Müşriklerin Kur'an ve Peygamber'e karşı uydurdukları sözler arasında "O şairdir", "O kahindir" ithamları da bulunuyordu. Bunları yüzeysel bir şüphenin etkisi ile söylüyorlardı ki; dayanakları, bu sözün yapısı açısından insan sözünden üstün olmasıydı. Sanılarına göre şairin cinlerden bir yol göstericisi olur ona üstün sözü o getirirdi. Kahin de onun gibi, cinlerle ilişki kuran kişiydi. Ki onlara gizli olan bilgiyi cinler ulaştırıyorlardı. Bu, Kur'an ve peygamberliğin yapısı ile şairliğin ve kâhinliğin yapısının çok az irdelenmesi ile ortadan kalkacak bir şüphedir...
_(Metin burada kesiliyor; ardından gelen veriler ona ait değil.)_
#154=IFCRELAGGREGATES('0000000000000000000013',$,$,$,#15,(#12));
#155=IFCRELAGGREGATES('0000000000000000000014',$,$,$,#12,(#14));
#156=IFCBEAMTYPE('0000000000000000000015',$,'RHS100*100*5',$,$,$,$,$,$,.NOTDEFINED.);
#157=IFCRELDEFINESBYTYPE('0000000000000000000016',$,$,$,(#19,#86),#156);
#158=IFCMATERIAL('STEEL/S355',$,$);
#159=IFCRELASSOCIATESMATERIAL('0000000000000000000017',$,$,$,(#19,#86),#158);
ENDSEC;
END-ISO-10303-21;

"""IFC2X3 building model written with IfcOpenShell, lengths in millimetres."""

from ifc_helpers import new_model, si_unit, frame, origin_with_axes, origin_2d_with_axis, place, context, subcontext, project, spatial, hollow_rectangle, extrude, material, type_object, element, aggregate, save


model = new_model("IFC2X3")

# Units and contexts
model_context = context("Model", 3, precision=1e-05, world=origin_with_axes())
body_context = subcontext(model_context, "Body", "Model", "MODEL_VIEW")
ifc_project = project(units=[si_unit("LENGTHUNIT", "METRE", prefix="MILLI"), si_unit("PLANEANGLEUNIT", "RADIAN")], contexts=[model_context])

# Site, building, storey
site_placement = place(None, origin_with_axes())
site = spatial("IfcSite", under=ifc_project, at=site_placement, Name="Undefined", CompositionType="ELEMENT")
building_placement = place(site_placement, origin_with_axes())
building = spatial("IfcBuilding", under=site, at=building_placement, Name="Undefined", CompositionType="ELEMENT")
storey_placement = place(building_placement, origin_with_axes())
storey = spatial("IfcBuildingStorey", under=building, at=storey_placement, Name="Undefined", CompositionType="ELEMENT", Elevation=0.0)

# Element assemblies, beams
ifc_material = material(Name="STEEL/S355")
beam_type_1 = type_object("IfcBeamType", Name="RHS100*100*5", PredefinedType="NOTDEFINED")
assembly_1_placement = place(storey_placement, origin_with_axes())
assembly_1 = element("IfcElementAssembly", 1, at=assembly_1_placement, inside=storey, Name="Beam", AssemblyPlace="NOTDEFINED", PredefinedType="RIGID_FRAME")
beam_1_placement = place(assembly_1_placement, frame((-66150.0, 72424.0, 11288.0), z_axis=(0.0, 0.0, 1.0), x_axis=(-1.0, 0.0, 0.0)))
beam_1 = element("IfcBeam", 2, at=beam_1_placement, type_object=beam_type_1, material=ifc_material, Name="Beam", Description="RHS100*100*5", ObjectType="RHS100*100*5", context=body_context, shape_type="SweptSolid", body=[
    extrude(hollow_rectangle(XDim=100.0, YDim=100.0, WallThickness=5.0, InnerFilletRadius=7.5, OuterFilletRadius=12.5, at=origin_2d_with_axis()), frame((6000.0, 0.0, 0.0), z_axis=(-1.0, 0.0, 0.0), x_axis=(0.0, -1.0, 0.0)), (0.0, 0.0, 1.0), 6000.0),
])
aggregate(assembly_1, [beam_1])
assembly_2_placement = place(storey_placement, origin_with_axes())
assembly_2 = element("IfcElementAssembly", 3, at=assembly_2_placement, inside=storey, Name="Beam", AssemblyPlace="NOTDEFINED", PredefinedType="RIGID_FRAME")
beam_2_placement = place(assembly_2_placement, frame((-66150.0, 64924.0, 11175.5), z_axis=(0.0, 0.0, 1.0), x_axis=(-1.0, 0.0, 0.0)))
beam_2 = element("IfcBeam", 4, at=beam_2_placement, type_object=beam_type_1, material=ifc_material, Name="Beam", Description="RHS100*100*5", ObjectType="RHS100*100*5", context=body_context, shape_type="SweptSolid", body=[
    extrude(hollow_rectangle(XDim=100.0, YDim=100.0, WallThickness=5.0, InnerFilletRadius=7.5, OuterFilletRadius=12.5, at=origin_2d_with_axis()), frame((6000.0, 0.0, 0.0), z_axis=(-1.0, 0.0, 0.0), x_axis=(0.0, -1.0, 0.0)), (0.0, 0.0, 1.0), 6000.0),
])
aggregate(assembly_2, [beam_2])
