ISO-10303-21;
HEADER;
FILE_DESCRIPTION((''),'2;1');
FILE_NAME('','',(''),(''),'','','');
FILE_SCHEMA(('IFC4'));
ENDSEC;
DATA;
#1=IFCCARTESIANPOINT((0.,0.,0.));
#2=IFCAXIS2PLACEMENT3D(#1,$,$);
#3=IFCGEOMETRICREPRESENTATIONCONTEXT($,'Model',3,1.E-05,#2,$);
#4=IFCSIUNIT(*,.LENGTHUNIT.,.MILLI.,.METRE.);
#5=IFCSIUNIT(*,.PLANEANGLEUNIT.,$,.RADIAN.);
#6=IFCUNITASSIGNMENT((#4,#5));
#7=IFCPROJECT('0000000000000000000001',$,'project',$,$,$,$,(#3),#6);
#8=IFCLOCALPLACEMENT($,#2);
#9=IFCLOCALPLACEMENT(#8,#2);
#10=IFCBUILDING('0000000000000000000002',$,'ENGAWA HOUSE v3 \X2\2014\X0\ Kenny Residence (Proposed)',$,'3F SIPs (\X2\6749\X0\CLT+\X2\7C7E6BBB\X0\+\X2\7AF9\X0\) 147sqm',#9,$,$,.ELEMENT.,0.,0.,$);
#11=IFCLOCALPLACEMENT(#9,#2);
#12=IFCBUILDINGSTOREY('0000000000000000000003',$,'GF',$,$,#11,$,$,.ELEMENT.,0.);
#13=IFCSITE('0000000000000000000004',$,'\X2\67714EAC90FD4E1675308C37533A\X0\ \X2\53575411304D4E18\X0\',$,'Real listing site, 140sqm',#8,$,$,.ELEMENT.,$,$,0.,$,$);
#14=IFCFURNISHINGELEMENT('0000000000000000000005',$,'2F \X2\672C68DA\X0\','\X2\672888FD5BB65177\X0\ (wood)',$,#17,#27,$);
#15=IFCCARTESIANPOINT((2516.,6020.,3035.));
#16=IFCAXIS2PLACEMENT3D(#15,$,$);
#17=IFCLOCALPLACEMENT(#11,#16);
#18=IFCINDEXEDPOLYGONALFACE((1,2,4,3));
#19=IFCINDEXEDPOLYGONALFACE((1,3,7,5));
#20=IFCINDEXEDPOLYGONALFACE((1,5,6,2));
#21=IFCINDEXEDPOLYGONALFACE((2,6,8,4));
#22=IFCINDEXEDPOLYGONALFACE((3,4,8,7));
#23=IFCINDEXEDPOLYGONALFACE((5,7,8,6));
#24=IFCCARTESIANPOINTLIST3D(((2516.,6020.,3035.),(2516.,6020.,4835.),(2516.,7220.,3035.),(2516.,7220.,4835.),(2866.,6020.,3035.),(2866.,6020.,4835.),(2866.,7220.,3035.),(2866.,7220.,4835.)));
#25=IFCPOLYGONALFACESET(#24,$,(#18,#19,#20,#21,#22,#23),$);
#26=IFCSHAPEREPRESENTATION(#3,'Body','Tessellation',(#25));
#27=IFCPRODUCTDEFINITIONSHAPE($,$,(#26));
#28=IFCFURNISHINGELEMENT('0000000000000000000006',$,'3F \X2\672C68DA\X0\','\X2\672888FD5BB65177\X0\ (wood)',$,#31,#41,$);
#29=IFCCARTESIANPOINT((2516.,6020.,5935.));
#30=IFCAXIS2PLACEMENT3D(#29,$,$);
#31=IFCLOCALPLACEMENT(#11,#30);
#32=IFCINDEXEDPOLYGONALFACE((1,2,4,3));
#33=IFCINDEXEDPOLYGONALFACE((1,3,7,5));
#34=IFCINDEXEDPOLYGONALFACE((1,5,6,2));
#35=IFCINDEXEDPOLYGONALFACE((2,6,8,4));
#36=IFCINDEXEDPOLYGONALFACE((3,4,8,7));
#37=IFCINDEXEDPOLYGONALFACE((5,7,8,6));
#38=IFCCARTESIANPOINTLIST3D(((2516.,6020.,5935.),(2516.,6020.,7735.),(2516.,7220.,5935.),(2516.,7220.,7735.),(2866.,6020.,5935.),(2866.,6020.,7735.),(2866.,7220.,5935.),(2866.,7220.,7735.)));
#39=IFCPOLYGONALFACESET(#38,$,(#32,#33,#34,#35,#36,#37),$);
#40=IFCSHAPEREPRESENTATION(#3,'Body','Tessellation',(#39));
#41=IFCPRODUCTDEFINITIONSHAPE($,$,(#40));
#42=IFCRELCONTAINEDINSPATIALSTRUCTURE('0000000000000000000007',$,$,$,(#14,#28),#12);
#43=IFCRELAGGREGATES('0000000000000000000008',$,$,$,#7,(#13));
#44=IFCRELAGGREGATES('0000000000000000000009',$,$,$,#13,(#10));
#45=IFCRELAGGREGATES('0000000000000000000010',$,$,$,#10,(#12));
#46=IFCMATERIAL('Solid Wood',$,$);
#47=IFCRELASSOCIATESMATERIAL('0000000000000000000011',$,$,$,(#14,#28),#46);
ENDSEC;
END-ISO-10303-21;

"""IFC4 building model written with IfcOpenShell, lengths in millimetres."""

from ifc_helpers import new_model, si_unit, frame, frame_2d, origin, place, context, project, spatial, rectangle, extrude, material, element, save


model = new_model("IFC4")

# Units and contexts
model_context = context("Model", 3, precision=1e-05, world=origin())
ifc_project = project(units=[si_unit("LENGTHUNIT", "METRE", prefix="MILLI"), si_unit("PLANEANGLEUNIT", "RADIAN")], contexts=[model_context])

# Site, building, storey
site_placement = place(None, origin())
site = spatial("IfcSite", under=ifc_project, at=site_placement, Name="東京都世田谷区 南向き丘", ObjectType="Real listing site, 140sqm", CompositionType="ELEMENT", RefElevation=0.0)
building_placement = place(site_placement, origin())
building = spatial("IfcBuilding", under=site, at=building_placement, Name="ENGAWA HOUSE v3 — Kenny Residence (Proposed)", ObjectType="3F SIPs (杉CLT+籾殻+竹) 147sqm", CompositionType="ELEMENT", ElevationOfRefHeight=0.0, ElevationOfTerrain=0.0)
storey_placement = place(building_placement, origin())
storey = spatial("IfcBuildingStorey", under=building, at=storey_placement, Name="GF", CompositionType="ELEMENT", Elevation=0.0)

# Shared definitions
ifc_material_1 = material(Name="Solid Wood")

# Furnishing elements
furnishing_1_placement = place(storey_placement, frame((2516.0, 6020.0, 3035.0)))
element("IfcFurnishingElement", 1, at=furnishing_1_placement, inside=storey, material=ifc_material_1, Name="2F 本棚", Description="木製家具 (wood)", context=model_context, shape_type="SweptSolid", body=[
    extrude(rectangle(XDim=350.0, YDim=1200.0, at=frame_2d((175.0, 600.0))), frame((2516.0, 6020.0, 3035.0)), (0.0, 0.0, 1.0), 1800.0),
])
furnishing_2_placement = place(storey_placement, frame((2516.0, 6020.0, 5935.0)))
element("IfcFurnishingElement", 2, at=furnishing_2_placement, inside=storey, material=ifc_material_1, Name="3F 本棚", Description="木製家具 (wood)", context=model_context, shape_type="SweptSolid", body=[
    extrude(rectangle(XDim=350.0, YDim=1200.0, at=frame_2d((175.0, 600.0))), frame((2516.0, 6020.0, 5935.0)), (0.0, 0.0, 1.0), 1800.0),
])

save(model, "model.ifc")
Şiirde üstün akılcılığa dayanan, güzel tasvir ve çağrışımlara yer veren melodik dokunuşlar elbette vardır. Fakat o, asla Kur'an'a benzemez, uyumluluk göstermez. Zira aralarında köklü farklılıklar vardır. Kur'an değişmez gerçeklere dayanan, bütünsel bir bakış açısı getiren, Allah'ın Rabb lığı düşüncesinden doğan, evrene ve hayata hükmeden olağanüstü bir sistem getirmiştir.

Şiir ise coşkun hislerden ve duygusal varyasyonlardan ibarettir. Hayata hiçbir zaman belirli bakış açısı getirmiş değildir. Şiir, kızgınlık, üzüntü, içe kapanıklık sevgi ve nefret gibi psikolojik hallere göre etkilenir ve sonuçta da değişken bakış açılarını dile getirir.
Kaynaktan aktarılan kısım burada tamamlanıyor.